INPUT RECORDS below:
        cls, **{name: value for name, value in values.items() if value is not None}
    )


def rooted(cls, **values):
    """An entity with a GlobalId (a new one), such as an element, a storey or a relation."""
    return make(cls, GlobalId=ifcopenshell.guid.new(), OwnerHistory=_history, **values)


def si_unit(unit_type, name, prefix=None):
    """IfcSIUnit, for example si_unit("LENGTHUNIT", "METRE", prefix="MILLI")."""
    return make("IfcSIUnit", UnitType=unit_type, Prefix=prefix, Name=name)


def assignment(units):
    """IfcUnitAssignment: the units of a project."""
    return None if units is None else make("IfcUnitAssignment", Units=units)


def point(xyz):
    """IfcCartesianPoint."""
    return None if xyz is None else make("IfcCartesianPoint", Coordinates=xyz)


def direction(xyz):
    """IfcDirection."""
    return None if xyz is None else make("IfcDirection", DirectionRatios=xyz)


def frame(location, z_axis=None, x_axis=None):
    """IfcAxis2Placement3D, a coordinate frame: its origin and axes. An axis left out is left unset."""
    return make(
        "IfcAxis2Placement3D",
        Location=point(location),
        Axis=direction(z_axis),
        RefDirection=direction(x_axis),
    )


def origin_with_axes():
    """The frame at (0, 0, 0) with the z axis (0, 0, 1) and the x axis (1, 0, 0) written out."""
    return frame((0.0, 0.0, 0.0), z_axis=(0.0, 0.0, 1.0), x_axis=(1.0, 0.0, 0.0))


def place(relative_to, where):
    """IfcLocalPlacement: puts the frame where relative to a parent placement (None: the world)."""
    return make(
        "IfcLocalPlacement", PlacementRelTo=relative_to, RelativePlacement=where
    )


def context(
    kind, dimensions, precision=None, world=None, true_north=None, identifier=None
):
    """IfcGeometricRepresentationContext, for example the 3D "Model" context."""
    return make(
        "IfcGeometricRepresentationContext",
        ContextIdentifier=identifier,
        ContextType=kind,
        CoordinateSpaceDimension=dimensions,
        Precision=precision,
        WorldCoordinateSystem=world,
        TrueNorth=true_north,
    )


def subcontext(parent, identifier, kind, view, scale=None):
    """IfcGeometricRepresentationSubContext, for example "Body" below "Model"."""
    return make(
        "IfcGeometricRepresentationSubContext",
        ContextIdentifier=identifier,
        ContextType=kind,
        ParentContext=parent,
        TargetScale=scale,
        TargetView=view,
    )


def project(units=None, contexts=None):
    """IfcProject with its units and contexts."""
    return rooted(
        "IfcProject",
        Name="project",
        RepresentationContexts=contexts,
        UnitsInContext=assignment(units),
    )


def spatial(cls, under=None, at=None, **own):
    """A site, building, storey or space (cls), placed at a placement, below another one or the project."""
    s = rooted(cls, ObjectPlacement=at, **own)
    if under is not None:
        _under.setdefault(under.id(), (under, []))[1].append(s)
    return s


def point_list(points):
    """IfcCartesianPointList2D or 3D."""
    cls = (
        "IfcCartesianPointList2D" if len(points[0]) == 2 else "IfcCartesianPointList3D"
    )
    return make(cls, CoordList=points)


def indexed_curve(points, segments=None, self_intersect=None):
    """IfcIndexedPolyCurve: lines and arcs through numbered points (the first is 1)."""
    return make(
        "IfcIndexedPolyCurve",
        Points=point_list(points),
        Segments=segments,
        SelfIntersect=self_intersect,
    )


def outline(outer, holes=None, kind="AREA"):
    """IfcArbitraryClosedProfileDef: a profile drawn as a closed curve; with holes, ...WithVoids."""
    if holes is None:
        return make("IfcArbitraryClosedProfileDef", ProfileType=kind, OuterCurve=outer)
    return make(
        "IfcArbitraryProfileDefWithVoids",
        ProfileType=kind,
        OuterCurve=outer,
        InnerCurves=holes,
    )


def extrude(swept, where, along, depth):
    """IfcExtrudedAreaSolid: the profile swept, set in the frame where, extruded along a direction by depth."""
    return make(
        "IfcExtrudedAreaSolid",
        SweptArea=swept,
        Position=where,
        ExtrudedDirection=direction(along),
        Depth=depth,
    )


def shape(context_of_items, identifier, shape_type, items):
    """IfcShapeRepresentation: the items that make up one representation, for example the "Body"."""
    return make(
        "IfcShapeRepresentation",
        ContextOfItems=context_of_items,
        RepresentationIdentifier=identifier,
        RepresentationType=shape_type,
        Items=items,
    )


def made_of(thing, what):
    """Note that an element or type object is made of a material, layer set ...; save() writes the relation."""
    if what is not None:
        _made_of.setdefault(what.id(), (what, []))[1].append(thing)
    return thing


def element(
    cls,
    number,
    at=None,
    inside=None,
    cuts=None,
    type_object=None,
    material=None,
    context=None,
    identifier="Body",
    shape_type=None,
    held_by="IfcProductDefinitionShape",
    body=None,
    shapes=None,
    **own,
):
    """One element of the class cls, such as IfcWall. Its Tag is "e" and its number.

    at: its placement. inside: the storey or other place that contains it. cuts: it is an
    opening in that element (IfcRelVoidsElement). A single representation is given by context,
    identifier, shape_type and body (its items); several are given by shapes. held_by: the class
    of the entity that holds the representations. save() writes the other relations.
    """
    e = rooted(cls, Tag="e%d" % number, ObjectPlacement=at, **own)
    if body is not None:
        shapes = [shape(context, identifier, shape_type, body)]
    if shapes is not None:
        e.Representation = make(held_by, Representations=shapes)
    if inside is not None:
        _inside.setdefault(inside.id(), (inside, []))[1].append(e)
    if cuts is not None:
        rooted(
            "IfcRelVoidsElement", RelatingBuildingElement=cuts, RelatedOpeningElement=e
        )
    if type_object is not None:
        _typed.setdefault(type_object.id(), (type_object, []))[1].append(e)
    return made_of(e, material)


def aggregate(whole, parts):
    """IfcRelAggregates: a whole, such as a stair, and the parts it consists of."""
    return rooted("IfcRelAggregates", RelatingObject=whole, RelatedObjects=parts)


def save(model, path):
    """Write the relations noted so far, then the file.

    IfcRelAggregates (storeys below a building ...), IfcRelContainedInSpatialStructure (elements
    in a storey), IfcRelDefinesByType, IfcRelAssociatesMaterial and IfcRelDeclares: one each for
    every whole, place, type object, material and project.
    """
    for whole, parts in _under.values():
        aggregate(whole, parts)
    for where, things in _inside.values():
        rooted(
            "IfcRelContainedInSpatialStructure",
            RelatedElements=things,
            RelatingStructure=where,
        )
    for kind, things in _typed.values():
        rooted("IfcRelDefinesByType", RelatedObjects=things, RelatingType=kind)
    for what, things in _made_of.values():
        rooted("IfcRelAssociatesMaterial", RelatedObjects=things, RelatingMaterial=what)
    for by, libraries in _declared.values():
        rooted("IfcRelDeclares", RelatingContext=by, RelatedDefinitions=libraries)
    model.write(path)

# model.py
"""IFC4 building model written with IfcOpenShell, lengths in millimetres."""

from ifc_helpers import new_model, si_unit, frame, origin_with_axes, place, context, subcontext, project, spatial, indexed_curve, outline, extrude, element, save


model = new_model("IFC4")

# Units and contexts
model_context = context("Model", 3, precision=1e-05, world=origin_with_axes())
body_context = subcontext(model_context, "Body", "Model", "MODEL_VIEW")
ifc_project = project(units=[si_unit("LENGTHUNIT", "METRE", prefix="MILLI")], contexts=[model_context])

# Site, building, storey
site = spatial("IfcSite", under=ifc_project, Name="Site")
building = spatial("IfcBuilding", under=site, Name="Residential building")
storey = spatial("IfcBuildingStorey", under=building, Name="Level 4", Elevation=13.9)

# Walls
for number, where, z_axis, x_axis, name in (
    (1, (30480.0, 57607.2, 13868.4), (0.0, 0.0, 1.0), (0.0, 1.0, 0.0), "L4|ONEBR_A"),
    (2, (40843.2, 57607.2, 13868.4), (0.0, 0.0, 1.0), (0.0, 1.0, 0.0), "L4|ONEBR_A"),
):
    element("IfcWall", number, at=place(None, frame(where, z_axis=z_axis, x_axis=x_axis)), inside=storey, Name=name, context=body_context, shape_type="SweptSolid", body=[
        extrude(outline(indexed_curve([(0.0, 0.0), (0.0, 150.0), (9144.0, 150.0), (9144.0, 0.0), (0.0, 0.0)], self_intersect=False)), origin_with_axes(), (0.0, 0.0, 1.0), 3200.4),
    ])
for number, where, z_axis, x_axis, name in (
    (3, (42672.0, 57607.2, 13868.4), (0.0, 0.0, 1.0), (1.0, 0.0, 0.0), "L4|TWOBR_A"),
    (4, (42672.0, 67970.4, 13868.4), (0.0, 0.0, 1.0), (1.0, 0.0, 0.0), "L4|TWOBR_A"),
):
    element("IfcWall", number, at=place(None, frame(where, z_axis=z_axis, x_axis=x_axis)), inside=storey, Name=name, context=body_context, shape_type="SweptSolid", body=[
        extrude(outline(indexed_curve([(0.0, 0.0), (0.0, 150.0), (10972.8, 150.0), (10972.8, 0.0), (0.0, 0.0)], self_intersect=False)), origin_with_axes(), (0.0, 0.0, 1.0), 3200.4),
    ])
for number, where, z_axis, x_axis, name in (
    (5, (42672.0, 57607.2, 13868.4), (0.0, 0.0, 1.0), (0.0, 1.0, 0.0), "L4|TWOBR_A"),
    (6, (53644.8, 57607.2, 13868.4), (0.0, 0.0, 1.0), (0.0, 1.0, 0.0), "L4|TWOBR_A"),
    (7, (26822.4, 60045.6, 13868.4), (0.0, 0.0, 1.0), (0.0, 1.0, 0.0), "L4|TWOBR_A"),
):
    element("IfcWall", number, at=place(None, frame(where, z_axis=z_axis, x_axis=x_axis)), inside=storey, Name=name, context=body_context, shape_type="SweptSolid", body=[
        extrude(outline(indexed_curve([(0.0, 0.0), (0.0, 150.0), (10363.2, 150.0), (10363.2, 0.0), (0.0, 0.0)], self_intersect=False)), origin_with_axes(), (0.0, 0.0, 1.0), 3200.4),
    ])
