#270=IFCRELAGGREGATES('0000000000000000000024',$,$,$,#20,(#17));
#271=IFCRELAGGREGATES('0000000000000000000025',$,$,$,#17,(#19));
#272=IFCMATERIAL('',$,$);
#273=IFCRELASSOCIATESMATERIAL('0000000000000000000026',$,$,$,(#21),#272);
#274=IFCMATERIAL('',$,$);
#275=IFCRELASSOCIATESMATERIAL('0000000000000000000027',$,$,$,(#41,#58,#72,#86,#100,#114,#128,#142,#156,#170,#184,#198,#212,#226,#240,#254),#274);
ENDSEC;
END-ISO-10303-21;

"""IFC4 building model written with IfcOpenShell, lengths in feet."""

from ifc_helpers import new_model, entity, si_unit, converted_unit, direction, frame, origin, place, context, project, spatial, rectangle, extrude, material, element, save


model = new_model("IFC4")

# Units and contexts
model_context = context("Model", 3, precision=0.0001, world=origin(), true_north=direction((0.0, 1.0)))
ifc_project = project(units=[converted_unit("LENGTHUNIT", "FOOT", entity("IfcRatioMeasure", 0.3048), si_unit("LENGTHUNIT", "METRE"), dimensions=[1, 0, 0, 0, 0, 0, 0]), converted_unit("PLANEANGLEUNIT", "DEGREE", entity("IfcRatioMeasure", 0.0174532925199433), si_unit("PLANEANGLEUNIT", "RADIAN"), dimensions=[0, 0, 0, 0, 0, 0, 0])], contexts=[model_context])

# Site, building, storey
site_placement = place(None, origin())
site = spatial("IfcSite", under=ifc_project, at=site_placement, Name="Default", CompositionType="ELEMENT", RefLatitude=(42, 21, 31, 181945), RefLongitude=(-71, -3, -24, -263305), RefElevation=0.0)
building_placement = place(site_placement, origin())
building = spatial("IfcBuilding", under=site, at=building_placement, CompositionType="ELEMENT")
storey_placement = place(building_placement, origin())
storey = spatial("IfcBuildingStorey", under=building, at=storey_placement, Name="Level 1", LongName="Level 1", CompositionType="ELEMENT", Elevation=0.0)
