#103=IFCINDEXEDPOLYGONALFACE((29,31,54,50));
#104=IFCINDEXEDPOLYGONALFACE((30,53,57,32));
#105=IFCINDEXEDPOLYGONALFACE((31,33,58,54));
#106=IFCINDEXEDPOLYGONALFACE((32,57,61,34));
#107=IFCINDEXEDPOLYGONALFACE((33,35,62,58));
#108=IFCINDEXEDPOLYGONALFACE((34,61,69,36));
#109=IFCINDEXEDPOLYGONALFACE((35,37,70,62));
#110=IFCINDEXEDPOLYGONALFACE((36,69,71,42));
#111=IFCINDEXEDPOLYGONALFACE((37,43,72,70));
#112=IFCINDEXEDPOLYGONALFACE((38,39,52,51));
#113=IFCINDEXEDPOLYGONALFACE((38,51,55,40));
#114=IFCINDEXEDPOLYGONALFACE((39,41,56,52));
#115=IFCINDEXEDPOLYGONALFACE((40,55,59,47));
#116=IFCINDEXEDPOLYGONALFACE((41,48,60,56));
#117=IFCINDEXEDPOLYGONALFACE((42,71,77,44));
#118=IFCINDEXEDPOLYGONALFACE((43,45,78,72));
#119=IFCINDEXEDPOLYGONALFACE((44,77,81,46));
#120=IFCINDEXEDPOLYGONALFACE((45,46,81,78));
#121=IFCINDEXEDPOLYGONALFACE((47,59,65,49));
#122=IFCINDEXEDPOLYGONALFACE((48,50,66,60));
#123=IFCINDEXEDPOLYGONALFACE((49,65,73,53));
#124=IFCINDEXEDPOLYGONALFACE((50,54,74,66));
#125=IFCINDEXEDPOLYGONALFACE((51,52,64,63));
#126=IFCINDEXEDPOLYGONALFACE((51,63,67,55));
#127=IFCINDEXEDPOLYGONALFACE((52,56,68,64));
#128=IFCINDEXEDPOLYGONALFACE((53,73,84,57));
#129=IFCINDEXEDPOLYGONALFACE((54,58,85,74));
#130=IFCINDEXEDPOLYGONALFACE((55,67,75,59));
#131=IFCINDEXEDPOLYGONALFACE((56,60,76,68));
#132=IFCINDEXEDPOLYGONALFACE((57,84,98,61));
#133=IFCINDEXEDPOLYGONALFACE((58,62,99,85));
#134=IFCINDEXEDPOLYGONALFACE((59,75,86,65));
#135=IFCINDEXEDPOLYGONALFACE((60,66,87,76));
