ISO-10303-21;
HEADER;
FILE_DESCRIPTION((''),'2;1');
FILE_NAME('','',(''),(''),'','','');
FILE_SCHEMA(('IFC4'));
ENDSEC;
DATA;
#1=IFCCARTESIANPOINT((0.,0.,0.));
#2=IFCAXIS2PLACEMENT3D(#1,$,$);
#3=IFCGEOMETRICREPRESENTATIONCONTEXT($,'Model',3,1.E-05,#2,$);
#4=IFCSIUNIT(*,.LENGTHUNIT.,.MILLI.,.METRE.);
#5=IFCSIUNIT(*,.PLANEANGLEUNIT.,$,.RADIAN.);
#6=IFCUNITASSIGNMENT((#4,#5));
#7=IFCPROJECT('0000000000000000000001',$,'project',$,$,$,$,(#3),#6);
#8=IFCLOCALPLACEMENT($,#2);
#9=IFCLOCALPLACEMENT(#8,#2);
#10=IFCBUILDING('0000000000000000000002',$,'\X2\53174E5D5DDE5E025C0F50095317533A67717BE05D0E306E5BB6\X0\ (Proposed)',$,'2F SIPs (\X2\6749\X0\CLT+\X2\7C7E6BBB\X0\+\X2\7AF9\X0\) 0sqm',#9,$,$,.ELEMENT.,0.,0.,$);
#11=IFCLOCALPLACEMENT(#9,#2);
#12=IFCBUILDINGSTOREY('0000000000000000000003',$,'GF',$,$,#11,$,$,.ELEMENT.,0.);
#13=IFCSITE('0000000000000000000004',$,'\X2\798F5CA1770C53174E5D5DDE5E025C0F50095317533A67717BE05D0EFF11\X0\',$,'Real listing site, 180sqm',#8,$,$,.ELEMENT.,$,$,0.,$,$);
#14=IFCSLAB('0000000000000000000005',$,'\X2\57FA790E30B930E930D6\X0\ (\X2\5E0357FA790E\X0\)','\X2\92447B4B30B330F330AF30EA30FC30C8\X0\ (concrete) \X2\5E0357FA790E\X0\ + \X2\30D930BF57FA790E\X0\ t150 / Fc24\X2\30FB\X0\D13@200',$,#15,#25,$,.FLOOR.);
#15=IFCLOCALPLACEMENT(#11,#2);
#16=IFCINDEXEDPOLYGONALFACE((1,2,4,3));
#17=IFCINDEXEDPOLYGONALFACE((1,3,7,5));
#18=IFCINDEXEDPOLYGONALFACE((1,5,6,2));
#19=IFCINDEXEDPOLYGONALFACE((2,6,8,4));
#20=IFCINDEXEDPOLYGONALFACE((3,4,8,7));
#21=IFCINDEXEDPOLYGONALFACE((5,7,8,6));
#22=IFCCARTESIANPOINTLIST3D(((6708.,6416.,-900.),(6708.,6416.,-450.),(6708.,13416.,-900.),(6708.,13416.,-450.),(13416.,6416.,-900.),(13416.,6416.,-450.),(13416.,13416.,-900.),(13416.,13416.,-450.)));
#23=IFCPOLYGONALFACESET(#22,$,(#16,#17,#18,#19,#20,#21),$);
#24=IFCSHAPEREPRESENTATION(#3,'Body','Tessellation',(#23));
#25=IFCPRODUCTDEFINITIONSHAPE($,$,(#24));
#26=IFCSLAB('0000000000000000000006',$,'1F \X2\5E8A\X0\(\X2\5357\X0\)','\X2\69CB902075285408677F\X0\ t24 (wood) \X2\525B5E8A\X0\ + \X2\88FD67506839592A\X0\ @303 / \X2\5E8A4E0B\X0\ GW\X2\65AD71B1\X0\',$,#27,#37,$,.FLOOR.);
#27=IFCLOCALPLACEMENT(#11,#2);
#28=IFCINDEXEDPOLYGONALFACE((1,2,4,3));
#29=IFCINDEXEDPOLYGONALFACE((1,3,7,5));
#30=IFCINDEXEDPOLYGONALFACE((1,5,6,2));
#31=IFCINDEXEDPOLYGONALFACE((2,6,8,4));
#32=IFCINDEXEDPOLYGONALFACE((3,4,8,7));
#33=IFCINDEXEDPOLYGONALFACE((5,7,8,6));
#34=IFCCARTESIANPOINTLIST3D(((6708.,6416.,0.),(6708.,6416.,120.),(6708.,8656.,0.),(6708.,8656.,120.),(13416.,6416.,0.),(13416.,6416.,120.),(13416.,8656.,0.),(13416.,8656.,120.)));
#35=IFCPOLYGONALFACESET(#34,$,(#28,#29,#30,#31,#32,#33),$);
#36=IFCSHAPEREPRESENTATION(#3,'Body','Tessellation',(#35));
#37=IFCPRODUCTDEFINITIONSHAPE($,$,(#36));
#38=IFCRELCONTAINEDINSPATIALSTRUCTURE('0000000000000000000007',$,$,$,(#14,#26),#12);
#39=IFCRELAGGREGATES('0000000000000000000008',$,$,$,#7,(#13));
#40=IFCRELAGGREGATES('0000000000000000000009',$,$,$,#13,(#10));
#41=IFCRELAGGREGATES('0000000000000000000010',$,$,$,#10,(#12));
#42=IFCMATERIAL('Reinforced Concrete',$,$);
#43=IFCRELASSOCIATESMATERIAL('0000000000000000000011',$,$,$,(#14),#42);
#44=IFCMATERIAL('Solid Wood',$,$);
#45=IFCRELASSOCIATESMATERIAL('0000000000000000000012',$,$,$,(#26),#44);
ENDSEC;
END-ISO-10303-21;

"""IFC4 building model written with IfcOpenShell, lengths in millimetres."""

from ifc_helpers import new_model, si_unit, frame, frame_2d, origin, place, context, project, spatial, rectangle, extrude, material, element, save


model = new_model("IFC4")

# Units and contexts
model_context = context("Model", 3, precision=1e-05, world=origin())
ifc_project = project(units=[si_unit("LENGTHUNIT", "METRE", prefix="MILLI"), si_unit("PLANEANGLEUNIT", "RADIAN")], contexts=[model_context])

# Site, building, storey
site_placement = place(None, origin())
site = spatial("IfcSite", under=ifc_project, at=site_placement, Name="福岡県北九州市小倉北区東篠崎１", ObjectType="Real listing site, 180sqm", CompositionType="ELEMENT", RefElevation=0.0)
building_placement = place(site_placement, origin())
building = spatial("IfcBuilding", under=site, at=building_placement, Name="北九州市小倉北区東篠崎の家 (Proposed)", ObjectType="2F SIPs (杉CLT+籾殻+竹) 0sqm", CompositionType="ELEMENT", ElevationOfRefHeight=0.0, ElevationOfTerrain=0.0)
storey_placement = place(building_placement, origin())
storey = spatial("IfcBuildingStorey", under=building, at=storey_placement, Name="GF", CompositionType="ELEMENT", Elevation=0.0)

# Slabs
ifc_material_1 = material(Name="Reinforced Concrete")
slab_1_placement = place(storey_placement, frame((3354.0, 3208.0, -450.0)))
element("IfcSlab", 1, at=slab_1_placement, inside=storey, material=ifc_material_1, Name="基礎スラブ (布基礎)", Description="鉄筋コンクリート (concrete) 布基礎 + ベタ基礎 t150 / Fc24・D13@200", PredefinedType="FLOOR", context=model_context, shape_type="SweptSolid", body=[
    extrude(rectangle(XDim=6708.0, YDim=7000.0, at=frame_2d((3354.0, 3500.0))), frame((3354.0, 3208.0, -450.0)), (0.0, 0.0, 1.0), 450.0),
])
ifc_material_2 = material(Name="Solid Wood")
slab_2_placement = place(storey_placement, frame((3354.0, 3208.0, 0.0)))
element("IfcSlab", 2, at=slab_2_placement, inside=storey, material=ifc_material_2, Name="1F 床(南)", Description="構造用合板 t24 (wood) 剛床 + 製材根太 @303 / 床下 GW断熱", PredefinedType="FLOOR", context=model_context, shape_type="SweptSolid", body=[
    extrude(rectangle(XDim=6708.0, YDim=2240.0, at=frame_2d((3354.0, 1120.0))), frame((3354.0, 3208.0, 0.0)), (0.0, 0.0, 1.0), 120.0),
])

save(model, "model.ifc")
End of INPUT RECORDS.
§ WORK ORDER: From the entries, report every line in which the string "class" occurs.

§ THE COMPLETED TASK:
    """One element of the class cls, such as IfcWall. Its Tag is "e" and its number.
    identifier, shape_type and body (its items); several are given by shapes. held_by: the class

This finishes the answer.